• **TASK REQUIREMENTS**: What is needed here is an exact transcription of all the entries.

══ DATA EXTRACTS ══

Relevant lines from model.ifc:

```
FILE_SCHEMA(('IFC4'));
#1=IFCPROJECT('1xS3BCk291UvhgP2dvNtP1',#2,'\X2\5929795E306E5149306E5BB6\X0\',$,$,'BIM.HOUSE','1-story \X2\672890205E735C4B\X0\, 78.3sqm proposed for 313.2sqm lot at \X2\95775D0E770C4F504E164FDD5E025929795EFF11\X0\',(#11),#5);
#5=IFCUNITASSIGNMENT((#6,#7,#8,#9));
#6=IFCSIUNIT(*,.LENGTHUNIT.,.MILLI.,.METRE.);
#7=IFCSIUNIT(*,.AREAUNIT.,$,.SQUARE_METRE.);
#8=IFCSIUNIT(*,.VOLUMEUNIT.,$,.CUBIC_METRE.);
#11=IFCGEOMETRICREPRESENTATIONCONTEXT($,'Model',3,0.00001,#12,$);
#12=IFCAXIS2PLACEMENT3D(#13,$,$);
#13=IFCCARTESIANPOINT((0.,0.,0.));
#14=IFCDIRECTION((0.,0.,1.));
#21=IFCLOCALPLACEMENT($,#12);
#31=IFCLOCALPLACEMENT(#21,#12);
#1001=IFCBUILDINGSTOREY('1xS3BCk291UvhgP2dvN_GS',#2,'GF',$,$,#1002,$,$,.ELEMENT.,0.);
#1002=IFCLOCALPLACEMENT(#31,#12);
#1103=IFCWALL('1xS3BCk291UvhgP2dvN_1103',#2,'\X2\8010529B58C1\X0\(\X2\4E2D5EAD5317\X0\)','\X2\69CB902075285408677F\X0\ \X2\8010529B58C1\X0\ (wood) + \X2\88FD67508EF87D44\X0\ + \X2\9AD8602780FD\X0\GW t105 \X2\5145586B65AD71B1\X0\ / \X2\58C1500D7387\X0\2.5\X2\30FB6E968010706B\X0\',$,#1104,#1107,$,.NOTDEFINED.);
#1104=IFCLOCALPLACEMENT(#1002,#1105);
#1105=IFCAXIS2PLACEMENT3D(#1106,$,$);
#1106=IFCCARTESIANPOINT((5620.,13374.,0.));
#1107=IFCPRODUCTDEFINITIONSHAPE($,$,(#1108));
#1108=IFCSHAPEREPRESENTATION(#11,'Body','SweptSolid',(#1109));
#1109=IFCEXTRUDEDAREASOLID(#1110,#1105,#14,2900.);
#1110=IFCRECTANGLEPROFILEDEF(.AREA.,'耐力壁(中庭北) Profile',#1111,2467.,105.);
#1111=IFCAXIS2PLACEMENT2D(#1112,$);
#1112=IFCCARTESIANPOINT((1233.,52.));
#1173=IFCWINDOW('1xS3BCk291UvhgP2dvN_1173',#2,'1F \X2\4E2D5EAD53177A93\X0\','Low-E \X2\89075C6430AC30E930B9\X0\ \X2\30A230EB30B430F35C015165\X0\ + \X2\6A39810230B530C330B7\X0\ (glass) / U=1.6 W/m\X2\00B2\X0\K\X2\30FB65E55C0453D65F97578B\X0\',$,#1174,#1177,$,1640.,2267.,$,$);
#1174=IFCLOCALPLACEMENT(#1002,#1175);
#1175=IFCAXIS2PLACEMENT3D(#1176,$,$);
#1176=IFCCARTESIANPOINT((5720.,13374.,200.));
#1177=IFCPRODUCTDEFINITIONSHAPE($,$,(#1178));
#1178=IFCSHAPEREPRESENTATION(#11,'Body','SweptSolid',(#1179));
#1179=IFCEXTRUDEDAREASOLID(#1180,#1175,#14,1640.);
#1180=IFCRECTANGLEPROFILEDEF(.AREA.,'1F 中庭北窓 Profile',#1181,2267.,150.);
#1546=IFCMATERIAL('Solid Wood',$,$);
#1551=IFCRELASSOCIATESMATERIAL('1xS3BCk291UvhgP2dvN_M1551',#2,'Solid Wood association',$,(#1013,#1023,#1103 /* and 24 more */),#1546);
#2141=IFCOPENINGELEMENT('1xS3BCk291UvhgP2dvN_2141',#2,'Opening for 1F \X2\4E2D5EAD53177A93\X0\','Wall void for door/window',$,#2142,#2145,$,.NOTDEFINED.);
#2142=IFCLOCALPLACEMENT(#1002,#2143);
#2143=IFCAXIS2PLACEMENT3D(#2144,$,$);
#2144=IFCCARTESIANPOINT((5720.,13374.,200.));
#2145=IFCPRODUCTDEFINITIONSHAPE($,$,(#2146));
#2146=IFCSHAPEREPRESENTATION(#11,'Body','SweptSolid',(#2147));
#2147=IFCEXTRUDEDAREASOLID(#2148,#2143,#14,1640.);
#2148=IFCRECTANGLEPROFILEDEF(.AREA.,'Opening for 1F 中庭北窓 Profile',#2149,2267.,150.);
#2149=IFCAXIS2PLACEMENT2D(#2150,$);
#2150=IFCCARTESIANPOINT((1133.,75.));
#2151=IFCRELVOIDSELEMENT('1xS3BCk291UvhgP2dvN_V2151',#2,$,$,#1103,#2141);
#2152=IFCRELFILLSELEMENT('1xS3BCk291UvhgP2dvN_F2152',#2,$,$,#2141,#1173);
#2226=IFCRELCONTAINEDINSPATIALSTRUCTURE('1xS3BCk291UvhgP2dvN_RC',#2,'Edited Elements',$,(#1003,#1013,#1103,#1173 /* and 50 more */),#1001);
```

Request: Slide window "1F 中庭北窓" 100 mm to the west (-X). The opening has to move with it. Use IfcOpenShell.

```python
import ifcopenshell
import ifcopenshell.api.geometry
import ifcopenshell.util.placement
import ifcopenshell.util.unit

model = ifcopenshell.open("model.ifc")
unit_scale = ifcopenshell.util.unit.calculate_unit_scale(model)

window = model.by_guid("1xS3BCk291UvhgP2dvN_1173")
opening = window.FillsVoids[0].RelatingOpeningElement
wall = opening.VoidsElements[0].RelatingBuildingElement

wall_matrix = ifcopenshell.util.placement.get_local_placement(wall.ObjectPlacement)
shift = wall_matrix[:3, 0] * -0.1 / unit_scale
before = ifcopenshell.util.placement.get_local_placement(window.ObjectPlacement)[:3, 3].copy()

# The window is not placed relative to its opening, so move both.
for product in (opening, window):
    matrix = ifcopenshell.util.placement.get_local_placement(product.ObjectPlacement)
    matrix[:3, 3] += shift
    ifcopenshell.api.geometry.edit_object_placement(model, product=product, matrix=matrix, is_si=False)

after = ifcopenshell.util.placement.get_local_placement(window.ObjectPlacement)[:3, 3]
print("window moved by", (after - before).round(3) + 0.0)

model.write("model_updated.ifc")
```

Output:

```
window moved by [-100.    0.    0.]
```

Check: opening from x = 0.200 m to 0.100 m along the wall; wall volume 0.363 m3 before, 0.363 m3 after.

═══

• **SOLUTION**:
Relevant lines from model.ifc:

```
FILE_SCHEMA(('IFC4'));
#1=IFCPROJECT('1xS3BCk291UvhgP2dvNtP1',#2,'\X2\5929795E306E5149306E5BB6\X0\',$,$,'BIM.HOUSE','1-story \X2\672890205E735C4B\X0\, 78.3sqm proposed for 313.2sqm lot at \X2\95775D0E770C4F504E164FDD5E025929795EFF11\X0\',(#11),#5);
#5=IFCUNITASSIGNMENT((#6,#7,#8,#9));
#6=IFCSIUNIT(*,.LENGTHUNIT.,.MILLI.,.METRE.);
#7=IFCSIUNIT(*,.AREAUNIT.,$,.SQUARE_METRE.);
#8=IFCSIUNIT(*,.VOLUMEUNIT.,$,.CUBIC_METRE.);
#11=IFCGEOMETRICREPRESENTATIONCONTEXT($,'Model',3,0.00001,#12,$);
#12=IFCAXIS2PLACEMENT3D(#13,$,$);
#13=IFCCARTESIANPOINT((0.,0.,0.));
#14=IFCDIRECTION((0.,0.,1.));
#21=IFCLOCALPLACEMENT($,#12);
#31=IFCLOCALPLACEMENT(#21,#12);
#1001=IFCBUILDINGSTOREY('1xS3BCk291UvhgP2dvN_GS',#2,'GF',$,$,#1002,$,$,.ELEMENT.,0.);
#1002=IFCLOCALPLACEMENT(#31,#12);
#1103=IFCWALL('1xS3BCk291UvhgP2dvN_1103',#2,'\X2\8010529B58C1\X0\(\X2\4E2D5EAD5317\X0\)','\X2\69CB902075285408677F\X0\ \X2\8010529B58C1\X0\ (wood) + \X2\88FD67508EF87D44\X0\ + \X2\9AD8602780FD\X0\GW t105 \X2\5145586B65AD71B1\X0\ / \X2\58C1500D7387\X0\2.5\X2\30FB6E968010706B\X0\',$,#1104,#1107,$,.NOTDEFINED.);
#1104=IFCLOCALPLACEMENT(#1002,#1105);
#1105=IFCAXIS2PLACEMENT3D(#1106,$,$);
#1106=IFCCARTESIANPOINT((5620.,13374.,0.));
#1107=IFCPRODUCTDEFINITIONSHAPE($,$,(#1108));
#1108=IFCSHAPEREPRESENTATION(#11,'Body','SweptSolid',(#1109));
#1109=IFCEXTRUDEDAREASOLID(#1110,#1105,#14,2900.);
#1110=IFCRECTANGLEPROFILEDEF(.AREA.,'耐力壁(中庭北) Profile',#1111,2467.,105.);
#1111=IFCAXIS2PLACEMENT2D(#1112,$);
#1112=IFCCARTESIANPOINT((1233.,52.));
#1173=IFCWINDOW('1xS3BCk291UvhgP2dvN_1173',#2,'1F \X2\4E2D5EAD53177A93\X0\','Low-E \X2\89075C6430AC30E930B9\X0\ \X2\30A230EB30B430F35C015165\X0\ + \X2\6A39810230B530C330B7\X0\ (glass) / U=1.6 W/m\X2\00B2\X0\K\X2\30FB65E55C0453D65F97578B\X0\',$,#1174,#1177,$,1640.,2267.,$,$);
#1174=IFCLOCALPLACEMENT(#1002,#1175);
#1175=IFCAXIS2PLACEMENT3D(#1176,$,$);
#1176=IFCCARTESIANPOINT((5720.,13374.,200.));
#1177=IFCPRODUCTDEFINITIONSHAPE($,$,(#1178));
#1178=IFCSHAPEREPRESENTATION(#11,'Body','SweptSolid',(#1179));
#1179=IFCEXTRUDEDAREASOLID(#1180,#1175,#14,1640.);
#1180=IFCRECTANGLEPROFILEDEF(.AREA.,'1F 中庭北窓 Profile',#1181,2267.,150.);
#1546=IFCMATERIAL('Solid Wood',$,$);
#1551=IFCRELASSOCIATESMATERIAL('1xS3BCk291UvhgP2dvN_M1551',#2,'Solid Wood association',$,(#1013,#1023,#1103 /* and 24 more */),#1546);
#2141=IFCOPENINGELEMENT('1xS3BCk291UvhgP2dvN_2141',#2,'Opening for 1F \X2\4E2D5EAD53177A93\X0\','Wall void for door/window',$,#2142,#2145,$,.NOTDEFINED.);
#2142=IFCLOCALPLACEMENT(#1002,#2143);
#2143=IFCAXIS2PLACEMENT3D(#2144,$,$);
#2144=IFCCARTESIANPOINT((5720.,13374.,200.));
#2145=IFCPRODUCTDEFINITIONSHAPE($,$,(#2146));
#2146=IFCSHAPEREPRESENTATION(#11,'Body','SweptSolid',(#2147));
#2147=IFCEXTRUDEDAREASOLID(#2148,#2143,#14,1640.);
#2148=IFCRECTANGLEPROFILEDEF(.AREA.,'Opening for 1F 中庭北窓 Profile',#2149,2267.,150.);
#2149=IFCAXIS2PLACEMENT2D(#2150,$);
#2150=IFCCARTESIANPOINT((1133.,75.));
#2151=IFCRELVOIDSELEMENT('1xS3BCk291UvhgP2dvN_V2151',#2,$,$,#1103,#2141);
#2152=IFCRELFILLSELEMENT('1xS3BCk291UvhgP2dvN_F2152',#2,$,$,#2141,#1173);
#2226=IFCRELCONTAINEDINSPATIALSTRUCTURE('1xS3BCk291UvhgP2dvN_RC',#2,'Edited Elements',$,(#1003,#1013,#1103,#1173 /* and 50 more */),#1001);
```

Request: Slide window "1F 中庭北窓" 100 mm to the west (-X). The opening has to move with it. Use IfcOpenShell.

```python
import ifcopenshell
import ifcopenshell.api.geometry
import ifcopenshell.util.placement
import ifcopenshell.util.unit

model = ifcopenshell.open("model.ifc")
unit_scale = ifcopenshell.util.unit.calculate_unit_scale(model)

window = model.by_guid("1xS3BCk291UvhgP2dvN_1173")
opening = window.FillsVoids[0].RelatingOpeningElement
wall = opening.VoidsElements[0].RelatingBuildingElement

wall_matrix = ifcopenshell.util.placement.get_local_placement(wall.ObjectPlacement)
shift = wall_matrix[:3, 0] * -0.1 / unit_scale
before = ifcopenshell.util.placement.get_local_placement(window.ObjectPlacement)[:3, 3].copy()

# The window is not placed relative to its opening, so move both.
for product in (opening, window):
    matrix = ifcopenshell.util.placement.get_local_placement(product.ObjectPlacement)
    matrix[:3, 3] += shift
    ifcopenshell.api.geometry.edit_object_placement(model, product=product, matrix=matrix, is_si=False)

after = ifcopenshell.util.placement.get_local_placement(window.ObjectPlacement)[:3, 3]
print("window moved by", (after - before).round(3) + 0.0)

model.write("model_updated.ifc")
```

Output:

```
window moved by [-100.    0.    0.]
```

Check: opening from x = 0.200 m to 0.100 m along the wall; wall volume 0.363 m3 before, 0.363 m3 after.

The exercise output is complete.